Look to the East has been seen as an escape rather than an opportunity to turn to in times of trouble with the West. In other words, it can be said that the strategy of Look to the East in the field of foreign policy of the Islamic Republic of Iran has been more affected by the challenge to the West as a codified policy.

==Target countries==
Countries such as Japan, South Korea, China, Malaysia, Russia, India and Pakistan have been targeted in this policy. Of course, according to some, since Japan and South Korea, by adopting the economic policies of liberal capitalism and cultural dissolution in Western civilization, are no longer defined in the context of Oriental civilization, they can no longer have a place in this policy, and the Look to the East policy is based on the four pillars of Russia, India, China and Malaysia.

==Approaches==
- Geographical-ideological
Based on this type of view, the definition of the Eastern sphere is based on geographical location and to some extent the confrontation with the Western world.According to this view, Latin American countries are also defined in the Eastern sphere. This approach has been the basis of decision-making in Ahmadinejad's government.
- Ideological
With the ideological view, which is based on the bipolar east–west confrontation and the Islamist view of the Islamic Republic, the countries of the Islamic world are also defined in the Eastern sphere. This view has few fans.
- Pragmatic
This view of the East is based on the Eastern civilization and with a regional and neighborhood perspective and tries to provide a spatial and geographical identity from the East.

==Criticism==
Fereydoon Majlesi, former Iranian diplomat, believes that the Look to the East policy not only does not lead to Iran's progress and exit from the current situation, but also traps the country in a non-competitive market and causes uneconomic and harmful trade interactions. According to him, the strategy of Look to the East does not make sense for Iran. With this policy, Iran becomes captive to its inability with the East and remains trapped in this market. Therefore, if they give any goods at any price, Iran will have to buy. While Iran should be free in its relations and become a customer of any market that offers better goods at a more competitive price. According to him, the strategy of Look to the East causes Iranian to pay a lot of financial ransom to the countries of the East for playing as broker in the world market. According to him, in general, the Look to the East policy results in a harmful economy for Iran.

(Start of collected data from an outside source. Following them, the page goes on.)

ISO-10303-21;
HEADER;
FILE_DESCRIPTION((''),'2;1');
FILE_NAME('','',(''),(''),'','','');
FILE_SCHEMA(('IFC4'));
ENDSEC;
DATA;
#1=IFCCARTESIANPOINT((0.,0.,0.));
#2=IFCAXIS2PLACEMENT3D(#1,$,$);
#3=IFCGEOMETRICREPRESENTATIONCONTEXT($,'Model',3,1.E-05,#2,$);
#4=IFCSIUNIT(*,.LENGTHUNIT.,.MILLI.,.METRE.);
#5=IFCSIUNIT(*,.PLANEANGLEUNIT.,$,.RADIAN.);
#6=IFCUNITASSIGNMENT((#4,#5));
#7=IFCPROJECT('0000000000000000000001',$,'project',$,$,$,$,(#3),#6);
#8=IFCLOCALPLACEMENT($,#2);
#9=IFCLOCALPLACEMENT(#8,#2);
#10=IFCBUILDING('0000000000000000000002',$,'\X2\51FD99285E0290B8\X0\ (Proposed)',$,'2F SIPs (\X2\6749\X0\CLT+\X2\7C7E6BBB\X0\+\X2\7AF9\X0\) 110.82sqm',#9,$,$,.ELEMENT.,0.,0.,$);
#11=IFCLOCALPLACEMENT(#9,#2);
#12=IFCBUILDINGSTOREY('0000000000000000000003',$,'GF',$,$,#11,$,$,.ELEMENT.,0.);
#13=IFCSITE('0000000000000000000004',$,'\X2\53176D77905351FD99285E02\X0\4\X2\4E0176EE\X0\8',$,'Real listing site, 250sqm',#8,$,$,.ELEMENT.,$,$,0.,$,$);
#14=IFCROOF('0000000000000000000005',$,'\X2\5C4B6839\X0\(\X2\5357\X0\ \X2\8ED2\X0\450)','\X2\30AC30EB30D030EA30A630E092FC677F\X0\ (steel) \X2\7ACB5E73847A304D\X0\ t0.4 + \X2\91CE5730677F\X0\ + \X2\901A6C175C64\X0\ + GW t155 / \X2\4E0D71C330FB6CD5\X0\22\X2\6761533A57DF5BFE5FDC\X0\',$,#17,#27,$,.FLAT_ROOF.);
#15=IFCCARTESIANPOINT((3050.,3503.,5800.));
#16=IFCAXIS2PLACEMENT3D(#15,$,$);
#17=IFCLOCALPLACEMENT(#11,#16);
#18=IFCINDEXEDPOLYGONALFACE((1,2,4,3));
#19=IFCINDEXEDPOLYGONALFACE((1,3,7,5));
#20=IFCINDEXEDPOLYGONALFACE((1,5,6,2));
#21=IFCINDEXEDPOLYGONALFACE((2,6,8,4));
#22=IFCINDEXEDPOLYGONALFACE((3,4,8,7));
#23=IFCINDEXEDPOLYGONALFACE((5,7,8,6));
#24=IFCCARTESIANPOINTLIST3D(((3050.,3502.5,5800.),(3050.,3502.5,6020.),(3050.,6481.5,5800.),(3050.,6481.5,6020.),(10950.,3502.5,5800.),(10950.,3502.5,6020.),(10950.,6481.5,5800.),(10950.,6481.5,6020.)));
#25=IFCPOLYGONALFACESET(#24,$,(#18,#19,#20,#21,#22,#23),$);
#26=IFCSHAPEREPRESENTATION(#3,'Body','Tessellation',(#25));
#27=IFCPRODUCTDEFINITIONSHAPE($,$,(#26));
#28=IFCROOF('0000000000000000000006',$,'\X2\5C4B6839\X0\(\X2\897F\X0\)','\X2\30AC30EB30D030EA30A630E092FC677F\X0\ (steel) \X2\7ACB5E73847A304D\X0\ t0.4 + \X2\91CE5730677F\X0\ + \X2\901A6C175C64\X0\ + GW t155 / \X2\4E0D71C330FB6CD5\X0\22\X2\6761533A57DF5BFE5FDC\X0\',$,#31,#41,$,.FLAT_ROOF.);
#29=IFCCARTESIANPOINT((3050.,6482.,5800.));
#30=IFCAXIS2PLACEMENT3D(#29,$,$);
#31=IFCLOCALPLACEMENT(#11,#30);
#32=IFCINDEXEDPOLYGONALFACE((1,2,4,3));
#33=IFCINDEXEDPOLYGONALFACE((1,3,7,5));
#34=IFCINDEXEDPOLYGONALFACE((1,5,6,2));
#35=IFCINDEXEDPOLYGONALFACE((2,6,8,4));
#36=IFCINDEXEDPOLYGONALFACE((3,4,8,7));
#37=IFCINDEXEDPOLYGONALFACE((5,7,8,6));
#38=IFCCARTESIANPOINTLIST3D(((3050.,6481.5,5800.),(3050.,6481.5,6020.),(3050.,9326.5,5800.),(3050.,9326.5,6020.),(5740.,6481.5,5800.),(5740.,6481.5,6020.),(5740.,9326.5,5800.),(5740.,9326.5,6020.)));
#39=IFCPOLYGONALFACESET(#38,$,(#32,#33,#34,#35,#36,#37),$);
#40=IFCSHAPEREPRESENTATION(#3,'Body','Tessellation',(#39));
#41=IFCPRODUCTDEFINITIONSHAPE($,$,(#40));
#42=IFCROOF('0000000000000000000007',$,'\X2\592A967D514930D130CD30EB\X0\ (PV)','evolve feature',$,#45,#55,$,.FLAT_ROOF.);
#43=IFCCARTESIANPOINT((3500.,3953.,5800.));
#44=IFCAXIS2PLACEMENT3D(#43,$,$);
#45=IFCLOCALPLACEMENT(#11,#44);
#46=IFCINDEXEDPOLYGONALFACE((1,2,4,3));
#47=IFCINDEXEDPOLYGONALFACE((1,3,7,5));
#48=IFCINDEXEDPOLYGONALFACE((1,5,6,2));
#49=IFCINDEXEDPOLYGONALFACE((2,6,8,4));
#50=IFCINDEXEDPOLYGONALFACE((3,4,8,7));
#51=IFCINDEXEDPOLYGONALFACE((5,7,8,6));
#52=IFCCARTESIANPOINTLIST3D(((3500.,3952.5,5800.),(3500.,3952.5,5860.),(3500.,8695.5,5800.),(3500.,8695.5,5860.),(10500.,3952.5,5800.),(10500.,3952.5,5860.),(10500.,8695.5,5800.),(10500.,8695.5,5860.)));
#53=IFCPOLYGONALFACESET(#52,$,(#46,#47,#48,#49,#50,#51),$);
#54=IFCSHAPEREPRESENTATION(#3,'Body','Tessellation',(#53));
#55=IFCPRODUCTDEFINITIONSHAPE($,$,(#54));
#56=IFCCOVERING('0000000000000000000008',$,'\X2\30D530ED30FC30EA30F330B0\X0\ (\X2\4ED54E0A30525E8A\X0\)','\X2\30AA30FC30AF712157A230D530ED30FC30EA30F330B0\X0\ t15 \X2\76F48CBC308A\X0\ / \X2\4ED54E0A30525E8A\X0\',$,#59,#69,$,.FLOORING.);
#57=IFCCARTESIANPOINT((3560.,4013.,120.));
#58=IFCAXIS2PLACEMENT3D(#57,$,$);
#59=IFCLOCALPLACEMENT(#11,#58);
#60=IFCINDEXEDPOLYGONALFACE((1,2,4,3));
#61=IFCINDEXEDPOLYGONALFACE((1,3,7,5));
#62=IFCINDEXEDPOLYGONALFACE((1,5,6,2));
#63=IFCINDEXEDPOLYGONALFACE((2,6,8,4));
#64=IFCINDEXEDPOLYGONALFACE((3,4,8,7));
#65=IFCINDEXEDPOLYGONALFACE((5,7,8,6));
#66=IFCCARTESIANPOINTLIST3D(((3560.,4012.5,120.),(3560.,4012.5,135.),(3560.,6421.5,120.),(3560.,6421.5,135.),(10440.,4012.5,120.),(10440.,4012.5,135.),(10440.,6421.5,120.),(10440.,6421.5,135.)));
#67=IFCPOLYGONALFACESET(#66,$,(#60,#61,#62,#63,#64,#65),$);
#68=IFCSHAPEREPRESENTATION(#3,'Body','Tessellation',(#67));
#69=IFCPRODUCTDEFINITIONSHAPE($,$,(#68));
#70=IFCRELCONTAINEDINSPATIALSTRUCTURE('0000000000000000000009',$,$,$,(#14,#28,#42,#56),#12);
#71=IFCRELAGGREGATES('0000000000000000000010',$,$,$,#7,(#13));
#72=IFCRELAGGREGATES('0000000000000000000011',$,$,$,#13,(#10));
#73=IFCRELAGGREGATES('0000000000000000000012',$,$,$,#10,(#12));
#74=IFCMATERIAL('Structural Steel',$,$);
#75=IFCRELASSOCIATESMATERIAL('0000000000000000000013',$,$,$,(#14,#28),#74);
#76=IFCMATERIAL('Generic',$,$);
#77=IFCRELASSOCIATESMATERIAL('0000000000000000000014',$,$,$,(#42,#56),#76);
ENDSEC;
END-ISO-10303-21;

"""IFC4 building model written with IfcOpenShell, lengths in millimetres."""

from ifc_helpers import new_model, si_unit, frame, frame_2d, origin, place, context, project, spatial, rectangle, extrude, material, element, save


model = new_model("IFC4")

# Units and contexts
model_context = context("Model", 3, precision=1e-05, world=origin())
ifc_project = project(units=[si_unit("LENGTHUNIT", "METRE", prefix="MILLI"), si_unit("PLANEANGLEUNIT", "RADIAN")], contexts=[model_context])

# Site, building, storey
site_placement = place(None, origin())
site = spatial("IfcSite", under=ifc_project, at=site_placement, Name="北海道函館市4丁目8", ObjectType="Real listing site, 250sqm", CompositionType="ELEMENT", RefElevation=0.0)
building_placement = place(site_placement, origin())
building = spatial("IfcBuilding", under=site, at=building_placement, Name="函館市邸 (Proposed)", ObjectType="2F SIPs (杉CLT+籾殻+竹) 110.82sqm", CompositionType="ELEMENT", ElevationOfRefHeight=0.0, ElevationOfTerrain=0.0)
storey_placement = place(building_placement, origin())
storey = spatial("IfcBuildingStorey", under=building, at=storey_placement, Name="GF", CompositionType="ELEMENT", Elevation=0.0)

# Shared definitions
ifc_material_1 = material(Name="Generic")

# Roofs
ifc_material_2 = material(Name="Structural Steel")
roof_1_placement = place(storey_placement, frame((3050.0, 3503.0, 5800.0)))
element("IfcRoof", 1, at=roof_1_placement, inside=storey, material=ifc_material_2, Name="屋根(南 軒450)", Description="ガルバリウム鋼板 (steel) 立平葺き t0.4 + 野地板 + 通気層 + GW t155 / 不燃・法22条区域対応", PredefinedType="FLAT_ROOF", context=model_context, shape_type="SweptSolid", body=[
    extrude(rectangle(XDim=7900.0, YDim=2979.0, at=frame_2d((3950.0, 1489.0))), frame((3050.0, 3503.0, 5800.0)), (0.0, 0.0, 1.0), 220.0),
])
roof_2_placement = place(storey_placement, frame((3050.0, 6482.0, 5800.0)))
element("IfcRoof", 2, at=roof_2_placement, inside=storey, material=ifc_material_2, Name="屋根(西)", Description="ガルバリウム鋼板 (steel) 立平葺き t0.4 + 野地板 + 通気層 + GW t155 / 不燃・法22条区域対応", PredefinedType="FLAT_ROOF", context=model_context, shape_type="SweptSolid", body=[
    extrude(rectangle(XDim=2690.0, YDim=2845.0, at=frame_2d((1345.0, 1422.0))), frame((3050.0, 6482.0, 5800.0)), (0.0, 0.0, 1.0), 220.0),
])
roof_3_placement = place(storey_placement, frame((3500.0, 3953.0, 5800.0)))
element("IfcRoof", 3, at=roof_3_placement, inside=storey, material=ifc_material_1, Name="太陽光パネル (PV)", Description="evolve feature", PredefinedType="FLAT_ROOF", context=model_context, shape_type="SweptSolid", body=[
    extrude(rectangle(XDim=7000.0, YDim=4743.0, at=frame_2d((3500.0, 2371.0))), frame((3500.0, 3953.0, 5800.0)), (0.0, 0.0, 1.0), 60.0),
])

# Covering
covering_placement = place(storey_placement, frame((3560.0, 4013.0, 120.0)))
element("IfcCovering", 4, at=covering_placement, inside=storey, material=ifc_material_1, Name="フローリング (仕上げ床)", Description="オーク無垢フローリング t15 直貼り / 仕上げ床", PredefinedType="FLOORING", context=model_context, shape_type="SweptSolid", body=[
    extrude(rectangle(XDim=6880.0, YDim=2409.0, at=frame_2d((3440.0, 1204.0))), frame((3560.0, 4013.0, 120.0)), (0.0, 0.0, 1.0), 15.0),
])

save(model, "model.ifc")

Qaem Mousavi, An Iranian political science expert has said, in regards to Look to the East, that "Iran has tended to China and Russia because of the influence of the West and the pressures of the United States, but China and Russia have not responded positively to our country despite the apparent-verbal declaration. They did not support us in major crises and troubles. China and Russia deprive us of what was necessary and left us empty-handed." According to him, Russia benefits are served from Iran's troubles with the West and therefore Russia encourages the continuation of this dispute in order to secure its interests. Russia, meanwhile, has not provided adequate support where needed. According to him, Iran is forced to ignore China's bad treatment with its Muslims in the face of the US and Western pressure. According to him, Iran should avoid dependence on Russia and China, because they are not reliable and stable allies and will no doubt not provide the necessary support to Iran in sensitive areas.